Even with all the bumbling incompetence on display that day – an airforce who couldn’t scramble jets until after the worst had happened, a fire department and a police department that had spent so many years feuding they refused to collaborate, a fire department that had refused to upgrade its equipment to function in high rises, a security staff who told people not to panic and sent them back upstairs to their doom, and the Giuliani administration who ignoring advice of all their security experts) built their multi-million dollar Emergency Command Centre in WTC7 because it was trendy and thus had to spend all of 9/11 running emergency response from the streets after the North Tower fell on it – even leaving all that gross incompetence aside, most people managed to get out of the towers alive, and had the building code not been gutted in 1968, had the greed of developers not been given free reign, thousands more could have escaped to safety.

When you commemorate 9/11, remember it as a day that thousands of Americans were murdered for the sake of filling a developer’s pockets with a little more rent money.

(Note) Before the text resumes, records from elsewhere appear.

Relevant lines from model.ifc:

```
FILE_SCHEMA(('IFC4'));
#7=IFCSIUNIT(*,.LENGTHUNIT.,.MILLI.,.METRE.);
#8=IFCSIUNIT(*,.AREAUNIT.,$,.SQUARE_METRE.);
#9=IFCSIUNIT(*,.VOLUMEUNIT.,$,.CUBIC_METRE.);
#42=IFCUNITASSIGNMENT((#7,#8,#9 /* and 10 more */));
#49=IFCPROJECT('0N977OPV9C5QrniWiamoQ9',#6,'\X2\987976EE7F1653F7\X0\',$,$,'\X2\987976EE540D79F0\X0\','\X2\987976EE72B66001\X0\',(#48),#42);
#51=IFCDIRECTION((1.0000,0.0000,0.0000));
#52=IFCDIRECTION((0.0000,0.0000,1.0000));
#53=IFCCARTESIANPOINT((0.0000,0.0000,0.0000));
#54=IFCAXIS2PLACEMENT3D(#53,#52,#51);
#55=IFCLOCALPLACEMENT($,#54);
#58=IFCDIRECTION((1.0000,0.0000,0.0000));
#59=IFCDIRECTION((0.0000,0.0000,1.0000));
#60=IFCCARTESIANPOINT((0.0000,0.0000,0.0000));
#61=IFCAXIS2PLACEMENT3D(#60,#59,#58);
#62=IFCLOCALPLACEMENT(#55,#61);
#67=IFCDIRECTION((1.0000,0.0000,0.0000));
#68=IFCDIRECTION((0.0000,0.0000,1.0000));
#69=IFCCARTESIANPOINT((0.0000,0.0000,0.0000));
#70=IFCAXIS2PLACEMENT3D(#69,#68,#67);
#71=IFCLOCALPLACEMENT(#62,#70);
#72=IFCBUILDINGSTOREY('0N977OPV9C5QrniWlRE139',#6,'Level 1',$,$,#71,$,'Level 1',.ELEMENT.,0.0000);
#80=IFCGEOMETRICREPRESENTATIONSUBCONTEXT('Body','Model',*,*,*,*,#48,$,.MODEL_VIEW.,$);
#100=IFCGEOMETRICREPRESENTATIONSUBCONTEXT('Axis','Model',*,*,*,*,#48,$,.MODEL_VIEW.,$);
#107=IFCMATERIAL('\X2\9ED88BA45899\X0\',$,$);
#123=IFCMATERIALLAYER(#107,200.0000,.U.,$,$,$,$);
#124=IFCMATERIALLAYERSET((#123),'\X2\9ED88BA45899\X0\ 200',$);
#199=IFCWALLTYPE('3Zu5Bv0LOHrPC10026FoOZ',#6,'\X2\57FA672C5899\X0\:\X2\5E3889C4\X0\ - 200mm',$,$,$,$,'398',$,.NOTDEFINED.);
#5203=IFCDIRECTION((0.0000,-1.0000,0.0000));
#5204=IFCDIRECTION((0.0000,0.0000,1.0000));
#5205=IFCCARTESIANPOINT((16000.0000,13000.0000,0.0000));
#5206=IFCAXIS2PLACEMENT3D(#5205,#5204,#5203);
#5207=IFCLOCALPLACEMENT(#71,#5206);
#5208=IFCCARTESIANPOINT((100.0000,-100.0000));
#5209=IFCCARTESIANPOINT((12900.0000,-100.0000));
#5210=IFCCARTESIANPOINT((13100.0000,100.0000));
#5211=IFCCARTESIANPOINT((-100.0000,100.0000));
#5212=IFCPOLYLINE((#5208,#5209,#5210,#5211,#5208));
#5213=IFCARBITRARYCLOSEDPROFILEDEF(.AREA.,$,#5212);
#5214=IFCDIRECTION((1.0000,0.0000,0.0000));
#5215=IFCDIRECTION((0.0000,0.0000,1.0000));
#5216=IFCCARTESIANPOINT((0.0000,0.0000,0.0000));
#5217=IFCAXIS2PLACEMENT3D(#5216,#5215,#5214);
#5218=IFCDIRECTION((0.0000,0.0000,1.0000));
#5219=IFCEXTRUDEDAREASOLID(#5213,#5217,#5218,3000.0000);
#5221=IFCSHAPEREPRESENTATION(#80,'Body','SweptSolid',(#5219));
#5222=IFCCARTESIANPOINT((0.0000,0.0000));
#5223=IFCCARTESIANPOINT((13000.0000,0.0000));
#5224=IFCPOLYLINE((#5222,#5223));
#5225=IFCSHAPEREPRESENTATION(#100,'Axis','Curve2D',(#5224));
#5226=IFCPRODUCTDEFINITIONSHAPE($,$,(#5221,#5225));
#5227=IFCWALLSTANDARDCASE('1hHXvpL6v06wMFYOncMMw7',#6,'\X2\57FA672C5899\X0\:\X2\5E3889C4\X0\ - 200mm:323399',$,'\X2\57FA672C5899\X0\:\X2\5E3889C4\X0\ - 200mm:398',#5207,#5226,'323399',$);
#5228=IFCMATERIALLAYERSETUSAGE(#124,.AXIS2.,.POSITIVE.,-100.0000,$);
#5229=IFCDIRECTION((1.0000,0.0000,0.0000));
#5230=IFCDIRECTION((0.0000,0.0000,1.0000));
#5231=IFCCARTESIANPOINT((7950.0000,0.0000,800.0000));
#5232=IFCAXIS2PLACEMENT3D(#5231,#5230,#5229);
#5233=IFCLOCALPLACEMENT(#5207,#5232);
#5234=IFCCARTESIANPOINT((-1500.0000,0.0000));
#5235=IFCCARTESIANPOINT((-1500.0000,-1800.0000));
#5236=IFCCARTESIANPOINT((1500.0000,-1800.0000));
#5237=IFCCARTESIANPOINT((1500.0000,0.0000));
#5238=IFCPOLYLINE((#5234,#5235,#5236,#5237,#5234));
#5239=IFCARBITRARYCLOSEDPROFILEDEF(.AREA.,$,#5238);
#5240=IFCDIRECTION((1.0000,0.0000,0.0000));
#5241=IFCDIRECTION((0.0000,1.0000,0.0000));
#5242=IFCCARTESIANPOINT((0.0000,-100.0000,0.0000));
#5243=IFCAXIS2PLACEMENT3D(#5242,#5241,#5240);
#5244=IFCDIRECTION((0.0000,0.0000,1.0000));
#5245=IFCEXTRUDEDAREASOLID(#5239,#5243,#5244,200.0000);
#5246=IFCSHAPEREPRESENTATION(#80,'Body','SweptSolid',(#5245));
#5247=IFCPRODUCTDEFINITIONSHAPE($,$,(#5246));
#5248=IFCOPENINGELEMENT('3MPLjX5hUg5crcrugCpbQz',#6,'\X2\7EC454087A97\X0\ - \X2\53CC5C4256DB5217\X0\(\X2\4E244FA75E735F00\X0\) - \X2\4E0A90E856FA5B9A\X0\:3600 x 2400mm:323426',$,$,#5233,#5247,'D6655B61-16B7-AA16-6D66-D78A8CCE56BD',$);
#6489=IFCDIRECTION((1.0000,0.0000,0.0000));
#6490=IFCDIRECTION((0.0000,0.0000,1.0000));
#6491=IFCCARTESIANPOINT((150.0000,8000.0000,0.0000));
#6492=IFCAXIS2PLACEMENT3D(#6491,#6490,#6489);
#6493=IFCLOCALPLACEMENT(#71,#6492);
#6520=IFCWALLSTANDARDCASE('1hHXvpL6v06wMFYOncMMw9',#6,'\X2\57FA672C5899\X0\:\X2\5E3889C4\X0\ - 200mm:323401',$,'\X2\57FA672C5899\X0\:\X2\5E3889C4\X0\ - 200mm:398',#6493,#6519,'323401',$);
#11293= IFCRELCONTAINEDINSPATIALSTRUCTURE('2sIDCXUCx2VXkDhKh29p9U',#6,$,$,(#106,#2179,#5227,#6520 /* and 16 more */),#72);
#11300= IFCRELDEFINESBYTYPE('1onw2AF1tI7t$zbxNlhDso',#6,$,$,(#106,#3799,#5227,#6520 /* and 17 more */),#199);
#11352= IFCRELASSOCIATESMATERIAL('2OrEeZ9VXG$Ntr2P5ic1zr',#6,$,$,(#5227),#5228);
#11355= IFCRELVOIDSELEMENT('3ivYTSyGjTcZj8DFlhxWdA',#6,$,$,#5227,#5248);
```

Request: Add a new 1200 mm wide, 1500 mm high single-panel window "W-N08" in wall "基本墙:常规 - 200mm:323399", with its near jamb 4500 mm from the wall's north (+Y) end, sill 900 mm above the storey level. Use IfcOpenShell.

```python
import numpy as np
import ifcopenshell
import ifcopenshell.api.feature
import ifcopenshell.api.geometry
import ifcopenshell.api.root
import ifcopenshell.api.spatial
import ifcopenshell.geom
import ifcopenshell.util.element
import ifcopenshell.util.placement
import ifcopenshell.util.representation
import ifcopenshell.util.shape
import ifcopenshell.util.unit

model = ifcopenshell.open("model.ifc")
unit_scale = ifcopenshell.util.unit.calculate_unit_scale(model)
settings = ifcopenshell.geom.settings()


def volume(element):
    """Net volume in cubic metres, openings subtracted."""
    shape = ifcopenshell.geom.create_shape(settings, element)
    return ifcopenshell.util.shape.get_volume(shape.geometry)


wall = model.by_guid("1hHXvpL6v06wMFYOncMMw7")
storey = ifcopenshell.util.element.get_container(wall, ifc_class="IfcBuildingStorey")
context = ifcopenshell.util.representation.get_context(model, "Model", "Body", "MODEL_VIEW")
before = volume(wall)

width, height, from_end, sill = 1.2, 1.5, 4.5, 0.9  # metres

# The wall runs along its own X axis, and the end named is its -X end.
wall_shape = ifcopenshell.geom.create_shape(settings, wall)
x, y, z = ifcopenshell.util.shape.get_vertices(wall_shape.geometry).T
start = x.min() + from_end
face, thickness = float(y.min()), float(y.max() - y.min())
wall_matrix = ifcopenshell.util.placement.get_local_placement(wall.ObjectPlacement)
level = ifcopenshell.util.placement.get_local_placement(storey.ObjectPlacement)[2, 3]


def in_wall(x, y):
    """Placement at x, y metres in the wall's axes, at sill height."""
    matrix = wall_matrix.copy()
    matrix[:, 3] = wall_matrix @ np.array([x / unit_scale, y / unit_scale, 0.0, 1.0])
    matrix[2, 3] = level + sill / unit_scale
    return matrix


# Opening: a box that overshoots both wall faces by 50 mm.
opening = ifcopenshell.api.root.create_entity(model, ifc_class="IfcOpeningElement", predefined_type="OPENING")
box = ifcopenshell.api.geometry.add_wall_representation(
    model, context=context, length=width, height=height, thickness=thickness + 0.1
)
ifcopenshell.api.geometry.assign_representation(model, product=opening, representation=box)
ifcopenshell.api.geometry.edit_object_placement(model, product=opening, matrix=in_wall(start, face - 0.05), is_si=False)
ifcopenshell.api.feature.add_feature(model, feature=opening, element=wall)

window = ifcopenshell.api.root.create_entity(model, ifc_class="IfcWindow", name="W-N08", predefined_type="WINDOW")
window.OverallWidth, window.OverallHeight = width / unit_scale, height / unit_scale
window.PartitioningType = "SINGLE_PANEL"
body = ifcopenshell.api.geometry.add_window_representation(
    model,
    context=context,
    overall_width=window.OverallWidth,
    overall_height=window.OverallHeight,
    partition_type="SINGLE_PANEL",
)
ifcopenshell.api.geometry.assign_representation(model, product=window, representation=body)
ifcopenshell.api.spatial.assign_container(model, products=[window], relating_structure=storey)
ifcopenshell.api.feature.add_filling(model, opening=opening, element=window)

# Centre the window in the wall's thickness.
ifcopenshell.api.geometry.edit_object_placement(model, product=window, matrix=in_wall(start, face), is_si=False)
window_shape = ifcopenshell.geom.create_shape(settings, window)
depth = ifcopenshell.util.shape.get_vertices(window_shape.geometry)[:, 1]
offset = face + thickness / 2 - (depth.min() + depth.max()) / 2
ifcopenshell.api.geometry.edit_object_placement(model, product=window, matrix=in_wall(start, offset), is_si=False)

after = volume(wall)

print(f"wall volume {before:.3f} -> {after:.3f} m3")

model.write("model_edited.ifc")
```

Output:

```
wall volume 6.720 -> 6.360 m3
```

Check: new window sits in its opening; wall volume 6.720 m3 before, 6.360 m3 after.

[The best work on this subject was and remains 102 Minutes: the Untold Story of the Fight to Survive inside the Twin Towers. Despite a title that sounds like its heralding a schmaltzy Lifetime movie, the book is, in fact, a searing indictment of institutional malfeasance and ineptitude by two excellent journalists, documenting the numerous failures, big and small, that killed so many. If at all possible, seek out the 10th anniversary edition that’s been updated with the most recent data and follows-up on the stories of some fo the people covered in the original text.

Dwyer, Jim, and Kevin Flynn. 102 Minutes: the Untold Story of the Fight to Survive inside the Twin Towers. New York: Times Books, 2006.